[Dataset entries]

------------------------------------------------------------------------

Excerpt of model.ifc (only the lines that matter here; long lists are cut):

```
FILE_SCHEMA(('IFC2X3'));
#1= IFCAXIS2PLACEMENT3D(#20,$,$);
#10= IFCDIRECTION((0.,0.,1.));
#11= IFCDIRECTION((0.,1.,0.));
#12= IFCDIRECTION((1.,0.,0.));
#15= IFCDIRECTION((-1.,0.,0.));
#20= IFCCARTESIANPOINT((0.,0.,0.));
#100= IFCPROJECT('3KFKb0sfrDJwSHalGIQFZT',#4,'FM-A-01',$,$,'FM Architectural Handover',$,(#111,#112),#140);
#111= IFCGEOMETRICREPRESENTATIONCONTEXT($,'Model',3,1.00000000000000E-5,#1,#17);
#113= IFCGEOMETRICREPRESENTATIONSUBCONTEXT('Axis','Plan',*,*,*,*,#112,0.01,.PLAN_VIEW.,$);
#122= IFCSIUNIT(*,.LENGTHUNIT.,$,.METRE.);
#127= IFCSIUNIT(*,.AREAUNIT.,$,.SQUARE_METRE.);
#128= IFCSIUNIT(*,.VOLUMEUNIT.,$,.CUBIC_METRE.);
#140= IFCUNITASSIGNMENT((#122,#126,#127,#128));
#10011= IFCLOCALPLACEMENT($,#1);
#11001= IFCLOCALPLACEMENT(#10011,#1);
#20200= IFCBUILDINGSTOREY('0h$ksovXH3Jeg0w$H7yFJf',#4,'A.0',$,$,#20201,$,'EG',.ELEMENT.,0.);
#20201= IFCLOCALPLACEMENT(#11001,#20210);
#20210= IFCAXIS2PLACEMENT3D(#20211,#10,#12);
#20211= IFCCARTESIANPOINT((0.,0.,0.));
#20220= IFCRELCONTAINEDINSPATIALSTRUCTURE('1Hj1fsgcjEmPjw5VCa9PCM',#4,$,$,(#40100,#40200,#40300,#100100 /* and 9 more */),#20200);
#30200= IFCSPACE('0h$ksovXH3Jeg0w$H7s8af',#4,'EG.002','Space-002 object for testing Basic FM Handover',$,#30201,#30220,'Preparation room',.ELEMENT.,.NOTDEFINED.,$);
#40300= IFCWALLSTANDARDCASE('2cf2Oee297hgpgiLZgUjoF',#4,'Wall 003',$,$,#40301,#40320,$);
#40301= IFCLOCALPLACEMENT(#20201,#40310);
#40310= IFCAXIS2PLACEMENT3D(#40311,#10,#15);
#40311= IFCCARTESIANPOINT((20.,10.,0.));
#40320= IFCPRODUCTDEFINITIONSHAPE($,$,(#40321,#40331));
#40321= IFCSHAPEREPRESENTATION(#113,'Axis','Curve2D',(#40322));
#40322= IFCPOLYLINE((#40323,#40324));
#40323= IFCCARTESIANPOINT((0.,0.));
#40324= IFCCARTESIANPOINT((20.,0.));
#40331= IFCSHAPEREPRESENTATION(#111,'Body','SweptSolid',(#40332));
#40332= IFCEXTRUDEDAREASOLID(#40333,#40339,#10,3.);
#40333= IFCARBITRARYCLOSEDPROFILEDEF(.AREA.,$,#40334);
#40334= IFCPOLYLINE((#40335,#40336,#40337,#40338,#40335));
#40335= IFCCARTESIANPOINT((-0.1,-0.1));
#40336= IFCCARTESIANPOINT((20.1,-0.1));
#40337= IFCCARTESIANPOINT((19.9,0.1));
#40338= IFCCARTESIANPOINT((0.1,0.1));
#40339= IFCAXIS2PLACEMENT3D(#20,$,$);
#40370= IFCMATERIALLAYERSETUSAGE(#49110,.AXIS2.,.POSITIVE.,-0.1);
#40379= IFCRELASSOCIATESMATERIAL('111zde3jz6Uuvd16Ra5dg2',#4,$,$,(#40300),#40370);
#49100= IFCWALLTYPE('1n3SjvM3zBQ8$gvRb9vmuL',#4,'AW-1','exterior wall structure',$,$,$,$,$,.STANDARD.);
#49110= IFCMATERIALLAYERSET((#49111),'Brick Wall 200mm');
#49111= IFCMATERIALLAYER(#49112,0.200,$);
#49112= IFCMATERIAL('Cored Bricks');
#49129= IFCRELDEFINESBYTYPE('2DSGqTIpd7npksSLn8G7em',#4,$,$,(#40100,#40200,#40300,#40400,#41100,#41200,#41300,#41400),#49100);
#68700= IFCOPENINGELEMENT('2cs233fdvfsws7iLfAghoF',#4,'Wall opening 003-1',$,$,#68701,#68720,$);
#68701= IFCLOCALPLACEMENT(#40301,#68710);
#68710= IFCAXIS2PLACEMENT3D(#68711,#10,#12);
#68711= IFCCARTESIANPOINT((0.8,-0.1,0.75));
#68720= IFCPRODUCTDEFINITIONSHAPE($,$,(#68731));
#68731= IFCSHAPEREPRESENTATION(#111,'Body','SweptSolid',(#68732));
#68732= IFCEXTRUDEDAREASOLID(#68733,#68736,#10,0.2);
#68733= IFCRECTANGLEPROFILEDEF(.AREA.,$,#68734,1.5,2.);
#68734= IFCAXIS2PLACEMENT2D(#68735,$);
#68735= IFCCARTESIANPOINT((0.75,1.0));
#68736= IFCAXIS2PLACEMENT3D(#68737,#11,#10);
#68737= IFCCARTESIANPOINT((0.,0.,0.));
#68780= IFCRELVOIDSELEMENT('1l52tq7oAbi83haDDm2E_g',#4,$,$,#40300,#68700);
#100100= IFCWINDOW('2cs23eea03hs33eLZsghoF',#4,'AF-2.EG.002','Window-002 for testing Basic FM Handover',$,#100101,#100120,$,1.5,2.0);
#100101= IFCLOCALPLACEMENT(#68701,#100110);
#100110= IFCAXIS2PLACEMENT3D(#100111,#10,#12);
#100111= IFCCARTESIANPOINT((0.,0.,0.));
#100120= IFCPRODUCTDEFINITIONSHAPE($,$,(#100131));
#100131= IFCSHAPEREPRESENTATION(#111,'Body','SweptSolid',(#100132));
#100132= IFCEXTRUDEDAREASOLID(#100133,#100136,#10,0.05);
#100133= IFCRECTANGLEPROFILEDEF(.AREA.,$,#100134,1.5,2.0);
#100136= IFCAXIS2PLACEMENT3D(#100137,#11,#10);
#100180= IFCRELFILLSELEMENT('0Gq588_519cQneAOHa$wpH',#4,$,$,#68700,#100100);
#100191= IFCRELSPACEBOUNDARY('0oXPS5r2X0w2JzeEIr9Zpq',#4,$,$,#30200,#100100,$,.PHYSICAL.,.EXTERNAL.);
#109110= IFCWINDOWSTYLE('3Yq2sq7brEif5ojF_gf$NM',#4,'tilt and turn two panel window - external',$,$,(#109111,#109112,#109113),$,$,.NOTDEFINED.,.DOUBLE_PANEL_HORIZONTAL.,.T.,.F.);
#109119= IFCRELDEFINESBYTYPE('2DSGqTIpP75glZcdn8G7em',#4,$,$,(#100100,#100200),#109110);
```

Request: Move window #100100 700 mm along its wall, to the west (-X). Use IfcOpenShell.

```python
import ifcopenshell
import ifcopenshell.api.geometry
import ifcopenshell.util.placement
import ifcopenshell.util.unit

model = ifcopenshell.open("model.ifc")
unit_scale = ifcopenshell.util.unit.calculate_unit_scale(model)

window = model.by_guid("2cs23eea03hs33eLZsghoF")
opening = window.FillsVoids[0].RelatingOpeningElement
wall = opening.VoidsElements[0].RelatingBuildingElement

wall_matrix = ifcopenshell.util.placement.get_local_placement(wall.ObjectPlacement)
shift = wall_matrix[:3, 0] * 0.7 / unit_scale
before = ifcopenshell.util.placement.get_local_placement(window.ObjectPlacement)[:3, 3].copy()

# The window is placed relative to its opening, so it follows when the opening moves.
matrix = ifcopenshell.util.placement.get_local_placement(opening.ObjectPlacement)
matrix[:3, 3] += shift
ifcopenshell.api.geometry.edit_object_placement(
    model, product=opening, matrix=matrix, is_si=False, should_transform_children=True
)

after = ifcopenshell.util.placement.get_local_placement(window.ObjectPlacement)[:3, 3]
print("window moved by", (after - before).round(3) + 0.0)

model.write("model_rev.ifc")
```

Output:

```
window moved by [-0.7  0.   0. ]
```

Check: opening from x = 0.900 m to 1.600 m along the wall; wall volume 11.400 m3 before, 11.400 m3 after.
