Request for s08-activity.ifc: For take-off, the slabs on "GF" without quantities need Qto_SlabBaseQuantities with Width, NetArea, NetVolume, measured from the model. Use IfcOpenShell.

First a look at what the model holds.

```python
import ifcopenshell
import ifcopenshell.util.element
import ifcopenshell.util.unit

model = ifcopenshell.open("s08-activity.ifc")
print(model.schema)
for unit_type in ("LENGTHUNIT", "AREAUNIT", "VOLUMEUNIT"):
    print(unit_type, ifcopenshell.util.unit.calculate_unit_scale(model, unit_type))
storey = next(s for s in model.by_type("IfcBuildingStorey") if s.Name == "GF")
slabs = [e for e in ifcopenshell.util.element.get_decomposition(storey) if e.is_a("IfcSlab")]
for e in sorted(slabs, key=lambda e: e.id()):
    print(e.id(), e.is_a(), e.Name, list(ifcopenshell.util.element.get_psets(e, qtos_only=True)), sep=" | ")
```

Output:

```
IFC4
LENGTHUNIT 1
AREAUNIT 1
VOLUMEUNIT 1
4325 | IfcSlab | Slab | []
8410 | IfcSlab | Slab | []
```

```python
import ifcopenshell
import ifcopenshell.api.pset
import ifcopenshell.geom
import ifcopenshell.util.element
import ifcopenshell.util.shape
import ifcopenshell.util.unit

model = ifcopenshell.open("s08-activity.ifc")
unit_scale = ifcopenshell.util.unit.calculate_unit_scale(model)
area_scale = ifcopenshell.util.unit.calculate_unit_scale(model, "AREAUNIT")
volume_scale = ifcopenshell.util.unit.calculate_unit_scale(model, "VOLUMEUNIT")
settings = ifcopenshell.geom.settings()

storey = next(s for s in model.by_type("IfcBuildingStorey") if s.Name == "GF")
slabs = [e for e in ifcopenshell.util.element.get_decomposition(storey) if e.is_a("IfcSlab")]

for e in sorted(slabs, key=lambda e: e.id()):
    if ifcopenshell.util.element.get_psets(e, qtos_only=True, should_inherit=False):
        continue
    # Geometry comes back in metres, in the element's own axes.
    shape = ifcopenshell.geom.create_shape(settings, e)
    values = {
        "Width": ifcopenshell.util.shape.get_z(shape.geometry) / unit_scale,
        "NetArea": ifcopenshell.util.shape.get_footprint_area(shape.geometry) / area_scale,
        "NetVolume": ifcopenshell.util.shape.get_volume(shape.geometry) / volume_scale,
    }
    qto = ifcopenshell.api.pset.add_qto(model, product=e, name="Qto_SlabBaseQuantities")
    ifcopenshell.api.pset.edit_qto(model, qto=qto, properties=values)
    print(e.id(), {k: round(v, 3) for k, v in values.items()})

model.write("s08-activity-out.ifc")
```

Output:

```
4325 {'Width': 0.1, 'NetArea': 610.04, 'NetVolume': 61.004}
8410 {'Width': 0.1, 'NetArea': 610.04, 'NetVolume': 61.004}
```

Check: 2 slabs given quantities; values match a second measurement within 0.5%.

------------------------------------------------------------------------

Task statement:
Each line above that contains the string "IFCSHAPEREPRESENTATION" should be copied.

Response to this exercise:
#40321= IFCSHAPEREPRESENTATION(#113,'Axis','Curve2D',(#40322));
#40331= IFCSHAPEREPRESENTATION(#111,'Body','SweptSolid',(#40332));
#68731= IFCSHAPEREPRESENTATION(#111,'Body','SweptSolid',(#68732));
#100131= IFCSHAPEREPRESENTATION(#111,'Body','SweptSolid',(#100132));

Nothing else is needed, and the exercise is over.